> _Task data_:

════════════════

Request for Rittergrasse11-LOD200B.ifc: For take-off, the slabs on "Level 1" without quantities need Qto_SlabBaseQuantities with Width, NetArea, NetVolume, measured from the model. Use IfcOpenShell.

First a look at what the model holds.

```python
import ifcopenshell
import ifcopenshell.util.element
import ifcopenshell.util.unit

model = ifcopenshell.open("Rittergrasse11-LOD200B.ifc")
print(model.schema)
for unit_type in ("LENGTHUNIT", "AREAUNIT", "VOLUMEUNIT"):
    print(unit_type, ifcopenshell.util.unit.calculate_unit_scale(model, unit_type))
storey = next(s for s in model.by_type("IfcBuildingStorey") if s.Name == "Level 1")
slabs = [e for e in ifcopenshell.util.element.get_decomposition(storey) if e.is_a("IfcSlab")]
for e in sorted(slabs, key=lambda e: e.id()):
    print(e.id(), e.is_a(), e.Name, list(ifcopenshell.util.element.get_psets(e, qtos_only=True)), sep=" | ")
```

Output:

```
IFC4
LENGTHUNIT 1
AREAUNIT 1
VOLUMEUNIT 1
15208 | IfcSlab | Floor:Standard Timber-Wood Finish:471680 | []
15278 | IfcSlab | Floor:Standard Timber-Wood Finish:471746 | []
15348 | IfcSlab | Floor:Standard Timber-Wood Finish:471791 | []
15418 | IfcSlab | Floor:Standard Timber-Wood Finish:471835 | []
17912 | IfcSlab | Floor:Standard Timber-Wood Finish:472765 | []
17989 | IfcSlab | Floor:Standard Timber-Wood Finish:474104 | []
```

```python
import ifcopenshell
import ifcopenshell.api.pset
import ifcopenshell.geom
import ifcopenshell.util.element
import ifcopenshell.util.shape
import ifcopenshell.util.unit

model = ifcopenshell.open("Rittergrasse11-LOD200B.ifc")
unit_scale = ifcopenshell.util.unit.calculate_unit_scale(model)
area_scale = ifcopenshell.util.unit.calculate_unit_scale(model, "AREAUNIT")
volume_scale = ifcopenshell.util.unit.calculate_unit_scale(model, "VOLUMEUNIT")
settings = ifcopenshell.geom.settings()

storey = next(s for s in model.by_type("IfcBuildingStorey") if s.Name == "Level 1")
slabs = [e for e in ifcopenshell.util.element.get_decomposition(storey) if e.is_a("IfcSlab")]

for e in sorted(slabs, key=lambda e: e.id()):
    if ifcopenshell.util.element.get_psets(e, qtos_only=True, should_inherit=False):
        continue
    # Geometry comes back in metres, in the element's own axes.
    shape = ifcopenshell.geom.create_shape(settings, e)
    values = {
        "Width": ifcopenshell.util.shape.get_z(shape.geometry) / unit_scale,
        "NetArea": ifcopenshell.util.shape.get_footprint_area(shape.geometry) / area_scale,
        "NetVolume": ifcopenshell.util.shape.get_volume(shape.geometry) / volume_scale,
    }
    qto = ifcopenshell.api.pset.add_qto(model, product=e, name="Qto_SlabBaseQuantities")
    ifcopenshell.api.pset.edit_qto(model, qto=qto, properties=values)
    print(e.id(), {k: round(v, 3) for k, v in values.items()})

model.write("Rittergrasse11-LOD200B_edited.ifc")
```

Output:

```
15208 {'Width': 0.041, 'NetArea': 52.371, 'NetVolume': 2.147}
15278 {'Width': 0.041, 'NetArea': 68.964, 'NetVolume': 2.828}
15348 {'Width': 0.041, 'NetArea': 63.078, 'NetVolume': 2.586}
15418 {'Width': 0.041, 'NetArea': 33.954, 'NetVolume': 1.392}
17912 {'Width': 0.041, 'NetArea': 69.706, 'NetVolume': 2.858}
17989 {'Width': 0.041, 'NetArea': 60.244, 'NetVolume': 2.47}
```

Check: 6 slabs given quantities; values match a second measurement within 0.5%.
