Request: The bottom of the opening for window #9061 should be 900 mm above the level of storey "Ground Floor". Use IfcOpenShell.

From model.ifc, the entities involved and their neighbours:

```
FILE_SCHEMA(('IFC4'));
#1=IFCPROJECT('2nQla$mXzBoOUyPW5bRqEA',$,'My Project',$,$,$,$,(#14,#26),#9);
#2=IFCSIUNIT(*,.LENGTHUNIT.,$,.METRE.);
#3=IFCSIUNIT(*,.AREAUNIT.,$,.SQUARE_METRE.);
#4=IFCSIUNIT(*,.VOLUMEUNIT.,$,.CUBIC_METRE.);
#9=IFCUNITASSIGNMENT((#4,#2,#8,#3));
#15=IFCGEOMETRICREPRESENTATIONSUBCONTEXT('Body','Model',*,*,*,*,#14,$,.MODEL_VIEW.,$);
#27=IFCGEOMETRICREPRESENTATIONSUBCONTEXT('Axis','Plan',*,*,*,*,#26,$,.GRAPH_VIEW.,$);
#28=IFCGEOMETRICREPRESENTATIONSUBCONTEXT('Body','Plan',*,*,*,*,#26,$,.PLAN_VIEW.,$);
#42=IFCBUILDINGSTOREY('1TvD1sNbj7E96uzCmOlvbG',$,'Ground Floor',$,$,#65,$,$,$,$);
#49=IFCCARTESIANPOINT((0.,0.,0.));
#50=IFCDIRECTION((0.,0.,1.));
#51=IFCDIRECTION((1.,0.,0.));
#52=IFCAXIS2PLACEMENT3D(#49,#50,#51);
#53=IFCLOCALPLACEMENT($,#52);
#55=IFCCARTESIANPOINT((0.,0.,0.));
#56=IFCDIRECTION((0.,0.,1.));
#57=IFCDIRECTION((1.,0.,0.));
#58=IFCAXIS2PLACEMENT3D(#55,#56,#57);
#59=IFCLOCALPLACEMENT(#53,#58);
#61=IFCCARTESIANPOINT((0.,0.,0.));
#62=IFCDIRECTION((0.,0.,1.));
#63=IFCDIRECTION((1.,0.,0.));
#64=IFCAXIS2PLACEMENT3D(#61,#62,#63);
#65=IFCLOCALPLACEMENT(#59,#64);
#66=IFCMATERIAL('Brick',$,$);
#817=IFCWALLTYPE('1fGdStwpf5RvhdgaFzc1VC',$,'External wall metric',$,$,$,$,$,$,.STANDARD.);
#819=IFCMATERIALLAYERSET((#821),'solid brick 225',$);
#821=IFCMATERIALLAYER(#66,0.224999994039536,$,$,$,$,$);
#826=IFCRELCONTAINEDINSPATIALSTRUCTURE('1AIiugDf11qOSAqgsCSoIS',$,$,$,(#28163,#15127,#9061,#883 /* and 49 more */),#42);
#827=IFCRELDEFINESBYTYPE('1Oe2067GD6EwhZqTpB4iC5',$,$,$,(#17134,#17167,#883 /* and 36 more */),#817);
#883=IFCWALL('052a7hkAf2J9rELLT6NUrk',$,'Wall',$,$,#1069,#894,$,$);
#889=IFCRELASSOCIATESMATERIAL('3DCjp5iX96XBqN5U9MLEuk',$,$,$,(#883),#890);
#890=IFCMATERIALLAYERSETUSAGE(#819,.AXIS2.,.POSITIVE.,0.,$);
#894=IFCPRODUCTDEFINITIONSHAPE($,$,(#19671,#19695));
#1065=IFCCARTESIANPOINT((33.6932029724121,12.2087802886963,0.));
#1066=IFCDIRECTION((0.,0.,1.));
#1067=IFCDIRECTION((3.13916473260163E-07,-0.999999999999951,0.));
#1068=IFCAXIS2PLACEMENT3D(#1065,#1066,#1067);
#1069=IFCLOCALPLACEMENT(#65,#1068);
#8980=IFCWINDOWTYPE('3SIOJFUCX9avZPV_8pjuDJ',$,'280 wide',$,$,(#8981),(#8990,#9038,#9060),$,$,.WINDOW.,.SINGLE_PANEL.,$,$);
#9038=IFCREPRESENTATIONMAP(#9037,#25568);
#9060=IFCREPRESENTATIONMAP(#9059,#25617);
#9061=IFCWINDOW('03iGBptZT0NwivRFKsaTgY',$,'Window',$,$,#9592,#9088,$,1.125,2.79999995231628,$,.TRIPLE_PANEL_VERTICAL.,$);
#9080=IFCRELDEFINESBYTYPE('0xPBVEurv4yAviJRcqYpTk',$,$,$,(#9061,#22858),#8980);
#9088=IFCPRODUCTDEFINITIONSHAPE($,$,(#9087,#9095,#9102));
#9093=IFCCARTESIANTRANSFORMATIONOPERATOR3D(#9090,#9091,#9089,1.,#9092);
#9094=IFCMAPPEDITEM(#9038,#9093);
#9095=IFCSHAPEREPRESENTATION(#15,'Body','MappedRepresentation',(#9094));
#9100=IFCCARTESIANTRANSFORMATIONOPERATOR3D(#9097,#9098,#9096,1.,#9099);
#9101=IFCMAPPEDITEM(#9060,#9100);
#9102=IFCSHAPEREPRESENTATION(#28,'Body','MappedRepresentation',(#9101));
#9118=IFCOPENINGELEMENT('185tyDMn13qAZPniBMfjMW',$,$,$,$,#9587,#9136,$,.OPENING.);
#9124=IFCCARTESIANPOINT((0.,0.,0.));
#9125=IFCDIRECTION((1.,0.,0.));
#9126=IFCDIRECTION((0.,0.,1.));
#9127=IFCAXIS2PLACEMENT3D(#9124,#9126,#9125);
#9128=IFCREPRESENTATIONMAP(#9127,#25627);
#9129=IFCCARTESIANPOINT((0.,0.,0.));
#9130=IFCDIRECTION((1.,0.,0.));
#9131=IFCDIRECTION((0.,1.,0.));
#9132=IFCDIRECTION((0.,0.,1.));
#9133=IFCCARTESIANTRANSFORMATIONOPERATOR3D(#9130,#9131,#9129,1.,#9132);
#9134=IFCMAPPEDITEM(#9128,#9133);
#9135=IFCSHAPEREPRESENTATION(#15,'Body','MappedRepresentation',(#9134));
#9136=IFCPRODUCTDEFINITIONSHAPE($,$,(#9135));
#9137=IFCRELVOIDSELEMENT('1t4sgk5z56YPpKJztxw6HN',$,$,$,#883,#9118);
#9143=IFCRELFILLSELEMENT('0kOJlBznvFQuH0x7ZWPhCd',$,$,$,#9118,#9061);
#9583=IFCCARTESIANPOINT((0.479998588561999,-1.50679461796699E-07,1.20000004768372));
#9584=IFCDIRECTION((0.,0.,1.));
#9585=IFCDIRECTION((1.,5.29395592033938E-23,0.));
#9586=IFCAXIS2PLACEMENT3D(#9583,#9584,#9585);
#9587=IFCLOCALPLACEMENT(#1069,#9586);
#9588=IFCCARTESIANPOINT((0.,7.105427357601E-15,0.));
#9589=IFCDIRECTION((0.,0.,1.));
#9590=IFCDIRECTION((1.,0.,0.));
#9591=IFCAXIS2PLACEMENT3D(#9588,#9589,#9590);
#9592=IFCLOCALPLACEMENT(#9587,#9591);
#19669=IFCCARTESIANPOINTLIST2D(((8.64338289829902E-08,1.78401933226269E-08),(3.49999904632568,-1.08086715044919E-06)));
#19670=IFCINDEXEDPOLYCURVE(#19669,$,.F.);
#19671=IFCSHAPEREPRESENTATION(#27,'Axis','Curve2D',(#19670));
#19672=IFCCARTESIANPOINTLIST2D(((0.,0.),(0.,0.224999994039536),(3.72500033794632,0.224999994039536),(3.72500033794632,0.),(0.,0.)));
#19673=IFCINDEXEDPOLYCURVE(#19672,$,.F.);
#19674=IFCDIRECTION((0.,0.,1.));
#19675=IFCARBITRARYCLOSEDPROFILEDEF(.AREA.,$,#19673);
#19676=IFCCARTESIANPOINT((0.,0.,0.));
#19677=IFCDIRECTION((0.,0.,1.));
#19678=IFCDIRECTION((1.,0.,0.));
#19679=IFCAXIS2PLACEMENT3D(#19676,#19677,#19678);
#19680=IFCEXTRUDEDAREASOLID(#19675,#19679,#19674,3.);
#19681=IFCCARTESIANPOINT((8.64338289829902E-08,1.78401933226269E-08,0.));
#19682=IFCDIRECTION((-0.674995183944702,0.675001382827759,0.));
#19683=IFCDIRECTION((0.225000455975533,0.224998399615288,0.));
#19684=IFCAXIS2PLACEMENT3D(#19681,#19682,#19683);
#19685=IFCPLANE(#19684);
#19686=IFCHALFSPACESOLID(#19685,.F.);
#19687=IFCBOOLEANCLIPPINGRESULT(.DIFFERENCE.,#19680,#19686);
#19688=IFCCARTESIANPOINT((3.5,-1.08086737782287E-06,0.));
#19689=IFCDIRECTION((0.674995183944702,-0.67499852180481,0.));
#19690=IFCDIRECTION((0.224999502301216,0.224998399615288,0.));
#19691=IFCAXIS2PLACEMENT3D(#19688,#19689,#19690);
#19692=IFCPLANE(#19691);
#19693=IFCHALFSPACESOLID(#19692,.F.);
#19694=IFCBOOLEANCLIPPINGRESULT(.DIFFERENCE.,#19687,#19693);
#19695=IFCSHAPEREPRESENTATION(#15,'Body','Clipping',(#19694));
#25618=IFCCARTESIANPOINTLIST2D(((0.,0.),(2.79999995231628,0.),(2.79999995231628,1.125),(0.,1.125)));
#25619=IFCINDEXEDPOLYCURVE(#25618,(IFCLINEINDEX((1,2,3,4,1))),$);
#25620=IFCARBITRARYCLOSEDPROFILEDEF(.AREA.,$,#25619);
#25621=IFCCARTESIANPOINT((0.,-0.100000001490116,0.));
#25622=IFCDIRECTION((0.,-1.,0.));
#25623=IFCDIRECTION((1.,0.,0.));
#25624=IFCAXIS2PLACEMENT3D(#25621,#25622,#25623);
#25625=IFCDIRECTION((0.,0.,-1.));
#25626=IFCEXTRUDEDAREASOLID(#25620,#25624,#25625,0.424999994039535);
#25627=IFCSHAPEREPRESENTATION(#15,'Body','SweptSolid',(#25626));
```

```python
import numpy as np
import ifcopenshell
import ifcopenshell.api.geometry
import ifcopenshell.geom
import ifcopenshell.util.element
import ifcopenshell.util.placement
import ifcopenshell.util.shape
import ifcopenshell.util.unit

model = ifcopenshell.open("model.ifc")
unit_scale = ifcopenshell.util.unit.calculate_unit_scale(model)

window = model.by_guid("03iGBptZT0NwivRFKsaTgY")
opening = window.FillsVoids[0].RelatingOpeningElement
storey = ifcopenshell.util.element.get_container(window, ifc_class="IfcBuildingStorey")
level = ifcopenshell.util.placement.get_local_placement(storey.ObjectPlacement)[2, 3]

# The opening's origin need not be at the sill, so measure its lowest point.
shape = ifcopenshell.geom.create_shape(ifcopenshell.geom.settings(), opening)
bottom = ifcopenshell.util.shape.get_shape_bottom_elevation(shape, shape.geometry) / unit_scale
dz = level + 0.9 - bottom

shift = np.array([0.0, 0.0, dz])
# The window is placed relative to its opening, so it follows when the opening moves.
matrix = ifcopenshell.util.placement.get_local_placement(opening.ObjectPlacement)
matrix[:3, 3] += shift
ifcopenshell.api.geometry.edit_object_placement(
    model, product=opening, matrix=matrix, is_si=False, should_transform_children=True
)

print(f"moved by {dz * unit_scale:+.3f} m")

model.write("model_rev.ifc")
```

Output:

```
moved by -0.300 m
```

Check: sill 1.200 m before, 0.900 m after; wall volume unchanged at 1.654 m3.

════════════════

> _What this task involves_: Would you report every line of the entries above containing the word "Finish"?

> _Solution for this task_:
15208 | IfcSlab | Floor:Standard Timber-Wood Finish:471680 | []
15278 | IfcSlab | Floor:Standard Timber-Wood Finish:471746 | []
15348 | IfcSlab | Floor:Standard Timber-Wood Finish:471791 | []
15418 | IfcSlab | Floor:Standard Timber-Wood Finish:471835 | []
17912 | IfcSlab | Floor:Standard Timber-Wood Finish:472765 | []
17989 | IfcSlab | Floor:Standard Timber-Wood Finish:474104 | []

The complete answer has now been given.